Python dynamic structure and memory rellocation


I am encountering this error that I think can be related to memory.

I have a class Page()

class Page:
    index = [None] * 3
    is_word = False     #If this is false, then is not an end word, just a passing index

Pages are used to build a dynamic structure, index is an array of pointers (or addresses) to other pages. Initially this addresses are empty and only when added they will contain the address to another page.

As you can see the index has all values to none when any page is created.

In one part of my code I have this:

self.index[1] = Page() #Create new page
new_page = self.index[1]

After this code is executed the initial page should contain in the array index:

  • None
  • new created page
  • None

And the new_page should should contain in the array index:

  • None
  • None
  • None

The problem is that the new_page instead contains

  • None
  • new created page
  • None

This has no sense, I am not assigning the address of the new page to this position of the index in any line. Debugging I can see that at the moment self.index[1] = Page() #Create new page is executed this new created page already contains that wrong value in the index.
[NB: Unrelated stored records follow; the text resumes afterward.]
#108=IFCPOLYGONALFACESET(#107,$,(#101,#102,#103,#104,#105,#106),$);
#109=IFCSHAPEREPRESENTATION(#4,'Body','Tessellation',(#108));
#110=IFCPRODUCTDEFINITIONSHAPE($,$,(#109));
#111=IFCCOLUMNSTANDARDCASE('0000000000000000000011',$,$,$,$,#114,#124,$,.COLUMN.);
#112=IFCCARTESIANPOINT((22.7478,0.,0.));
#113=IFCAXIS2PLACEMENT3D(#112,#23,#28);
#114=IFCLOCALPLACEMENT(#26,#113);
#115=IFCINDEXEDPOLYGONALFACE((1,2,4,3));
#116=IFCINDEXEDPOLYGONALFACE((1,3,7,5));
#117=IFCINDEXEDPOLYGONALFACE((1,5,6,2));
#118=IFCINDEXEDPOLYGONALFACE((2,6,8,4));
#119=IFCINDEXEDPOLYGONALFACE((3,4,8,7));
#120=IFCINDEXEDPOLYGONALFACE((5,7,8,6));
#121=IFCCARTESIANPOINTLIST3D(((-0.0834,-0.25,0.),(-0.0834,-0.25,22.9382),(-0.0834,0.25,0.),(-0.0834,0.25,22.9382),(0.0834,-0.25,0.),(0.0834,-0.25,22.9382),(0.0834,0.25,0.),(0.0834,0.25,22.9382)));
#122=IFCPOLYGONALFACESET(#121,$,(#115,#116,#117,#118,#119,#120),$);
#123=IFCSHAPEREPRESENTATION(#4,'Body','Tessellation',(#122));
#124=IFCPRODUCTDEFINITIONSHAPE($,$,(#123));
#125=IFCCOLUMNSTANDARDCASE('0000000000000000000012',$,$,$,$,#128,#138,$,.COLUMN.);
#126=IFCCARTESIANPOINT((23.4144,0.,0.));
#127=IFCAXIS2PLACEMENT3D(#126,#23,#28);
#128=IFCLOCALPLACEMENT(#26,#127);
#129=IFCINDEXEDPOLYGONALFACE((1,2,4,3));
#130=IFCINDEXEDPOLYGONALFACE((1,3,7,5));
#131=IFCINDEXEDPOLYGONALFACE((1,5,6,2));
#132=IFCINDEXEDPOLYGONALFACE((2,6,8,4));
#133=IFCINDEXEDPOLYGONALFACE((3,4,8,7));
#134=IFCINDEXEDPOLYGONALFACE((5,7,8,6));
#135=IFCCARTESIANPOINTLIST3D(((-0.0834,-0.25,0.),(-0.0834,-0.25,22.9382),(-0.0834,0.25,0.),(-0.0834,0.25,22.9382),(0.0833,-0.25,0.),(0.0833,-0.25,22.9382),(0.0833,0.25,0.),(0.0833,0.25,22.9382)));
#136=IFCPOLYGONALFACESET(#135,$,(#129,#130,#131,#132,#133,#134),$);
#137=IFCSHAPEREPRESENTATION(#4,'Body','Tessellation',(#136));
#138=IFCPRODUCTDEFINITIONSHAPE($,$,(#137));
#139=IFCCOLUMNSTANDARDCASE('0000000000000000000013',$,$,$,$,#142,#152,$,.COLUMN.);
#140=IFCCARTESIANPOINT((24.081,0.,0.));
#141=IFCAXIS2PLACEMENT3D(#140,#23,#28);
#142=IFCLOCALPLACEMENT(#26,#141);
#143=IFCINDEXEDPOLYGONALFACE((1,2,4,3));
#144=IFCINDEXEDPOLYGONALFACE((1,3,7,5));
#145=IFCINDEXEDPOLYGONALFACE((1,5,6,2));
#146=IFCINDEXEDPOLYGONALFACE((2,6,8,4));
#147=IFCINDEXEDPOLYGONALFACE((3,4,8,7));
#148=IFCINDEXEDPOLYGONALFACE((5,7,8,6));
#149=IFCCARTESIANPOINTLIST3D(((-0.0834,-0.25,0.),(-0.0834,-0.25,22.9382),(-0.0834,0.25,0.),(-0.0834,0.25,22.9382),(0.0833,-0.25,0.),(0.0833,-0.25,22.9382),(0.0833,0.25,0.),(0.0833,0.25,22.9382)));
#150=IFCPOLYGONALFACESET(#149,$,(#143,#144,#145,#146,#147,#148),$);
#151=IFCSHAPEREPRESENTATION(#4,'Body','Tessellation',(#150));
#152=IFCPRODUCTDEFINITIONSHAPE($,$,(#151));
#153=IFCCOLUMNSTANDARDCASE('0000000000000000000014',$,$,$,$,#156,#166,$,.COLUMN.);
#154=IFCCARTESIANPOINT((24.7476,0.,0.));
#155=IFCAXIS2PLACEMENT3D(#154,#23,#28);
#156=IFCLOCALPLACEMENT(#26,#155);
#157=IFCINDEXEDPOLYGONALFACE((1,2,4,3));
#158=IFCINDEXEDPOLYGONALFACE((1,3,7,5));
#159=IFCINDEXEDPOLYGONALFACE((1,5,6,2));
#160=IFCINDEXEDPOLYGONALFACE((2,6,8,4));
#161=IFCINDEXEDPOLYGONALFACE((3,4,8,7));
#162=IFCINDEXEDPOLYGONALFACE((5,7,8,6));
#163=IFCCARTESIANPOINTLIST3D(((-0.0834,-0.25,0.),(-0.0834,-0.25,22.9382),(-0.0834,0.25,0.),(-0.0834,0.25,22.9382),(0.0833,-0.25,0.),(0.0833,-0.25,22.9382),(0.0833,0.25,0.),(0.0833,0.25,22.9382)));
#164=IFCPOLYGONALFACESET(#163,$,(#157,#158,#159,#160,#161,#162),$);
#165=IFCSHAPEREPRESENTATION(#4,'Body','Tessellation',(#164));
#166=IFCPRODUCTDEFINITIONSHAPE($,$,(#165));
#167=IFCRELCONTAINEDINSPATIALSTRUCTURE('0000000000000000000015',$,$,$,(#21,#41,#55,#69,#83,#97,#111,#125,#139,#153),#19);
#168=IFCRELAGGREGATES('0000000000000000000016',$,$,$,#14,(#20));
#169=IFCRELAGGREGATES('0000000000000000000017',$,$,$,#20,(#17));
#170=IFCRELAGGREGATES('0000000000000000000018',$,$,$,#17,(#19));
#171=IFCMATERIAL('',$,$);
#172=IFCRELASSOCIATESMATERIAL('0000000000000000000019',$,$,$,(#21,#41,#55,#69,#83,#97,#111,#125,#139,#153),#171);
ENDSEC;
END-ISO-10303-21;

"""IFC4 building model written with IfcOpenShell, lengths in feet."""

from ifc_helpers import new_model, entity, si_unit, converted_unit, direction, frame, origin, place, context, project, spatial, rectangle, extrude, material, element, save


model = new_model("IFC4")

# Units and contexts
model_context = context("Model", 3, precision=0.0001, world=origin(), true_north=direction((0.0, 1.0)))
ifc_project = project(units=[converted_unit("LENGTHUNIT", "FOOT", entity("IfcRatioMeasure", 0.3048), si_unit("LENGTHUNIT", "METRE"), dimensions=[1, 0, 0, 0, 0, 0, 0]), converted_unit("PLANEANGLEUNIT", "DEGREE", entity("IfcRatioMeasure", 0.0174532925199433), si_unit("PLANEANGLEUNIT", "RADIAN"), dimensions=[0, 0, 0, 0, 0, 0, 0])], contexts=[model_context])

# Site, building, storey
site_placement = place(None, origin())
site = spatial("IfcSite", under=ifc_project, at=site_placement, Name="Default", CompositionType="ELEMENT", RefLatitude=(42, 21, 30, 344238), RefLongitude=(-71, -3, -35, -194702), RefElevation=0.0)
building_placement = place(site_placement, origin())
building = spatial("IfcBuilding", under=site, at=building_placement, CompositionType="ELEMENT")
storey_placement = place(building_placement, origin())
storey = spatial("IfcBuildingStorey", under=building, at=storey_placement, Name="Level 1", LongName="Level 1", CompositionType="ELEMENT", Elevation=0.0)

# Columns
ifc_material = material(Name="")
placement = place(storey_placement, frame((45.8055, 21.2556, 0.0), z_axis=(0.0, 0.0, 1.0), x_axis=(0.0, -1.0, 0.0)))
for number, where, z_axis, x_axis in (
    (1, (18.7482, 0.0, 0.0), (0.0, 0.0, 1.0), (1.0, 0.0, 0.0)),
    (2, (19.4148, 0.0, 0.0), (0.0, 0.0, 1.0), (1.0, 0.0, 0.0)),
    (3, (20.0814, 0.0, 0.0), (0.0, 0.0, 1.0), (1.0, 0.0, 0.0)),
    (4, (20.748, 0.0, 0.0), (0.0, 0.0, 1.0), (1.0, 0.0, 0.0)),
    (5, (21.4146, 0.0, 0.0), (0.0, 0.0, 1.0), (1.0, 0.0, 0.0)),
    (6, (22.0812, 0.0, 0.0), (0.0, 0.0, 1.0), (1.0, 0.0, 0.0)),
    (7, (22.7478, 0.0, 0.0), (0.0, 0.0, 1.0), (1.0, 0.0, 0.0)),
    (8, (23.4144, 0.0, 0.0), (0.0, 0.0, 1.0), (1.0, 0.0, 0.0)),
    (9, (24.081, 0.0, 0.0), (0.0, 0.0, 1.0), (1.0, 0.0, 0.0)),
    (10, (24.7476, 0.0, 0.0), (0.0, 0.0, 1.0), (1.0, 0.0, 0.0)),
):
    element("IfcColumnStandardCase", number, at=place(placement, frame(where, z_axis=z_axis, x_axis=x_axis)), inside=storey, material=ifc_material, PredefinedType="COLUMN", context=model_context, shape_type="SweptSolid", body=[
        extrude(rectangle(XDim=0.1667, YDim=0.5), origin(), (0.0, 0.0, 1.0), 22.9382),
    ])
I am not used to python (I am a Java and C programmer), after sometime of my first project with python I was assuming that python handles memory and I don't have to care much about it.

I think the error happens because the original array is empty and I am assigning to it a Page object so probably I am causing a memory problem. This would be handled in C with reallocs but I don't know how to solve this in python, or if maybe this memory allocation is not needed in python and the problem is a different one I am not seeing.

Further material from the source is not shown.